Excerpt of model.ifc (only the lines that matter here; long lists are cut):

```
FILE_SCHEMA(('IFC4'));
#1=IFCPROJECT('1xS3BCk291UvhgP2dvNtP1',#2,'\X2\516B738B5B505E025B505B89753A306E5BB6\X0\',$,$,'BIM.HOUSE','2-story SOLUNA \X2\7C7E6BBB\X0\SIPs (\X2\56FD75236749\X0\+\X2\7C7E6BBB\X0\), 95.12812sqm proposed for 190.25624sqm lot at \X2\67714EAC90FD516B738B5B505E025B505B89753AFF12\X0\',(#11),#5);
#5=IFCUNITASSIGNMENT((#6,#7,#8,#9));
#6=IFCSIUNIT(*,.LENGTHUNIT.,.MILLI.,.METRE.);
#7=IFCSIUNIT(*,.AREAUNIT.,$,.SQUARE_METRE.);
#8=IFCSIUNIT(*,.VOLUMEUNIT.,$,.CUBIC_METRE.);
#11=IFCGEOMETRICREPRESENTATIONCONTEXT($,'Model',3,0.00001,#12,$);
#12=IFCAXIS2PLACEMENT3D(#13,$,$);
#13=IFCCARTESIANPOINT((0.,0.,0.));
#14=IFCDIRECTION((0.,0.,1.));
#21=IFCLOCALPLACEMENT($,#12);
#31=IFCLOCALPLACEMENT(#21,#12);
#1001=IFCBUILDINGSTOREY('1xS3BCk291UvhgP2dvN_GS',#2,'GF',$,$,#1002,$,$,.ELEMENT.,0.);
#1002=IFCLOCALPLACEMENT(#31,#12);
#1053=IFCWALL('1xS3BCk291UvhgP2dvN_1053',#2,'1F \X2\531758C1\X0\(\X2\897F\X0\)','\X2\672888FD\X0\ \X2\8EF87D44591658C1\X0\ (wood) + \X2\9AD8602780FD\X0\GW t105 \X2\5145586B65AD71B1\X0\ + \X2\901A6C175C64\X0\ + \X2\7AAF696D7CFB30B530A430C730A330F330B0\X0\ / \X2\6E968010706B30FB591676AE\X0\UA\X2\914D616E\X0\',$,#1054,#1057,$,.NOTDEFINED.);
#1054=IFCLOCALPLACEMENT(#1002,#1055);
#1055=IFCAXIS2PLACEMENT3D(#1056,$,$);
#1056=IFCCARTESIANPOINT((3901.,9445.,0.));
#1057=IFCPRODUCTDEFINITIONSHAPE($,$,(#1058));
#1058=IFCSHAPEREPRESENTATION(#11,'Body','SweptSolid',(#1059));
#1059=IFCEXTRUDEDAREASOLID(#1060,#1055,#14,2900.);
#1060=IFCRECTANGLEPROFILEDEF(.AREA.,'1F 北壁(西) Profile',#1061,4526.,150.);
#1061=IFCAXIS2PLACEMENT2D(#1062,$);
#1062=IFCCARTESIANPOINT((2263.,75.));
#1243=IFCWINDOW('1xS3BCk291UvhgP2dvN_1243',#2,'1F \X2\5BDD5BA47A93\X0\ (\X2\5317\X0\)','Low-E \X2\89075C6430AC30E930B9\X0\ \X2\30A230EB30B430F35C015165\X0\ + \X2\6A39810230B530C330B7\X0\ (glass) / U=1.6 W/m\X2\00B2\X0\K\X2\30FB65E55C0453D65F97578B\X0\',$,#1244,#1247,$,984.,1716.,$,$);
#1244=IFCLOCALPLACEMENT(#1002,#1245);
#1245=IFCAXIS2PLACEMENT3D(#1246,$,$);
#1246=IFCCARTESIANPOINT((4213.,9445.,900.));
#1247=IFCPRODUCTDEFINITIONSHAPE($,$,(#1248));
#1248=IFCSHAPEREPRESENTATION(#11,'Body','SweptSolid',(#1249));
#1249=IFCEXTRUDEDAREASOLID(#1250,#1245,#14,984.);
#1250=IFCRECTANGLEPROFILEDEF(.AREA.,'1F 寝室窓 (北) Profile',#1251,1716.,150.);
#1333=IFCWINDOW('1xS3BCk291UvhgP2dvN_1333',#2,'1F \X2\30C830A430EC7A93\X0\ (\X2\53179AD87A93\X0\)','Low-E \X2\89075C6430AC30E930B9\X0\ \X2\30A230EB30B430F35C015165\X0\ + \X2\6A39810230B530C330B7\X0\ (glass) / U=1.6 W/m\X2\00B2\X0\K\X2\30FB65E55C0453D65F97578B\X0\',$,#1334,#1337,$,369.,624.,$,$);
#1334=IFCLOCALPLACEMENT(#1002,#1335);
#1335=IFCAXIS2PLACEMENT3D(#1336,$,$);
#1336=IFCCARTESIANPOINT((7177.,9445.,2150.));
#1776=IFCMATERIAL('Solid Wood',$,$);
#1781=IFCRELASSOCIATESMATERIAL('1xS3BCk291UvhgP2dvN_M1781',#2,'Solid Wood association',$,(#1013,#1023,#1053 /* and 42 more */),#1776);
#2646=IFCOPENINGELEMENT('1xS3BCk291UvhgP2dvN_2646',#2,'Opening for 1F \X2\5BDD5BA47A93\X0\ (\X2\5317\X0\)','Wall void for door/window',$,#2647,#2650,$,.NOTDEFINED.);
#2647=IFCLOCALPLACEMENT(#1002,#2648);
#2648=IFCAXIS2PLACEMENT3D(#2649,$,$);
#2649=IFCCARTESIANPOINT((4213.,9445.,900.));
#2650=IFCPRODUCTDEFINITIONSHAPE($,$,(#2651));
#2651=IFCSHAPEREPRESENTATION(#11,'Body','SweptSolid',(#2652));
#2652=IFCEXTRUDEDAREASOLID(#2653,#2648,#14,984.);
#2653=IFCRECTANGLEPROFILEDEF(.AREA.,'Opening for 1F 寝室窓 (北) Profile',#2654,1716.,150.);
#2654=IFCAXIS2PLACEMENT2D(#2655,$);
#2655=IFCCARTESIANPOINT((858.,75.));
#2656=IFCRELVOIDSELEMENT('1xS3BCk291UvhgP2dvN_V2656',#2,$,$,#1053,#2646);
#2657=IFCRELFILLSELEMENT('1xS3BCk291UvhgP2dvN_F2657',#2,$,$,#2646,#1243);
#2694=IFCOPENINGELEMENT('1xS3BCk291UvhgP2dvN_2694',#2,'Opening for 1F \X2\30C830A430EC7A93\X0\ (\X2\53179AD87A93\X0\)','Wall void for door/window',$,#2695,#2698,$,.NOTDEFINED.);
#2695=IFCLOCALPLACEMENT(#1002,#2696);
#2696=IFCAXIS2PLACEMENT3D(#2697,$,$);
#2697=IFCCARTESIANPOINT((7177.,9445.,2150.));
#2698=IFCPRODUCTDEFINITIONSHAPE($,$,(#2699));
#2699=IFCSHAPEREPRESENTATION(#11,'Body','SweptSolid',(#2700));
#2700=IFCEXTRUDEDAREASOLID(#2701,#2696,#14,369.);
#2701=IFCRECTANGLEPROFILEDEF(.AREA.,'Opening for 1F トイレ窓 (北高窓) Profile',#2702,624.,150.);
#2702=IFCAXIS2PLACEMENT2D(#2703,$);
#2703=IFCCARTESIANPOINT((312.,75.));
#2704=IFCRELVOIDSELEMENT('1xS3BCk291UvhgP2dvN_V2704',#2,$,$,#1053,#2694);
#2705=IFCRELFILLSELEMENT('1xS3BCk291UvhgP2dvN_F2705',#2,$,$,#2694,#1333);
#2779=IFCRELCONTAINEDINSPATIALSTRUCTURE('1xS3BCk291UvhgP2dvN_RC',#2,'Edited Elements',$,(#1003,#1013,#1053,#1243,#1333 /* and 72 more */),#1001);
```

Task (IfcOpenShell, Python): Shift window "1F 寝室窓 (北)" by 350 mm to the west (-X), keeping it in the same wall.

```python
import ifcopenshell
import ifcopenshell.api.geometry
import ifcopenshell.util.placement
import ifcopenshell.util.unit

model = ifcopenshell.open("model.ifc")
unit_scale = ifcopenshell.util.unit.calculate_unit_scale(model)

window = model.by_guid("1xS3BCk291UvhgP2dvN_1243")
opening = window.FillsVoids[0].RelatingOpeningElement
wall = opening.VoidsElements[0].RelatingBuildingElement

wall_matrix = ifcopenshell.util.placement.get_local_placement(wall.ObjectPlacement)
shift = wall_matrix[:3, 0] * -0.35 / unit_scale
before = ifcopenshell.util.placement.get_local_placement(window.ObjectPlacement)[:3, 3].copy()

# The window is not placed relative to its opening, so move both.
for product in (opening, window):
    matrix = ifcopenshell.util.placement.get_local_placement(product.ObjectPlacement)
    matrix[:3, 3] += shift
    ifcopenshell.api.geometry.edit_object_placement(model, product=product, matrix=matrix, is_si=False)

after = ifcopenshell.util.placement.get_local_placement(window.ObjectPlacement)[:3, 3]
print("window moved by", (after - before).round(3) + 0.0)

model.write("model_updated.ifc")
```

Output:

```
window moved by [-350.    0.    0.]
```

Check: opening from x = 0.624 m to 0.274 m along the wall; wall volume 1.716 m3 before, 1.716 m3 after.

┄┄┄┄┄┄┄┄┄┄

» **Task to complete**
Check every line above for the string "door", and copy the ones that have it.

» **The answer**
#2646=IFCOPENINGELEMENT('1xS3BCk291UvhgP2dvN_2646',#2,'Opening for 1F \X2\5BDD5BA47A93\X0\ (\X2\5317\X0\)','Wall void for door/window',$,#2647,#2650,$,.NOTDEFINED.);
#2694=IFCOPENINGELEMENT('1xS3BCk291UvhgP2dvN_2694',#2,'Opening for 1F \X2\30C830A430EC7A93\X0\ (\X2\53179AD87A93\X0\)','Wall void for door/window',$,#2695,#2698,$,.NOTDEFINED.);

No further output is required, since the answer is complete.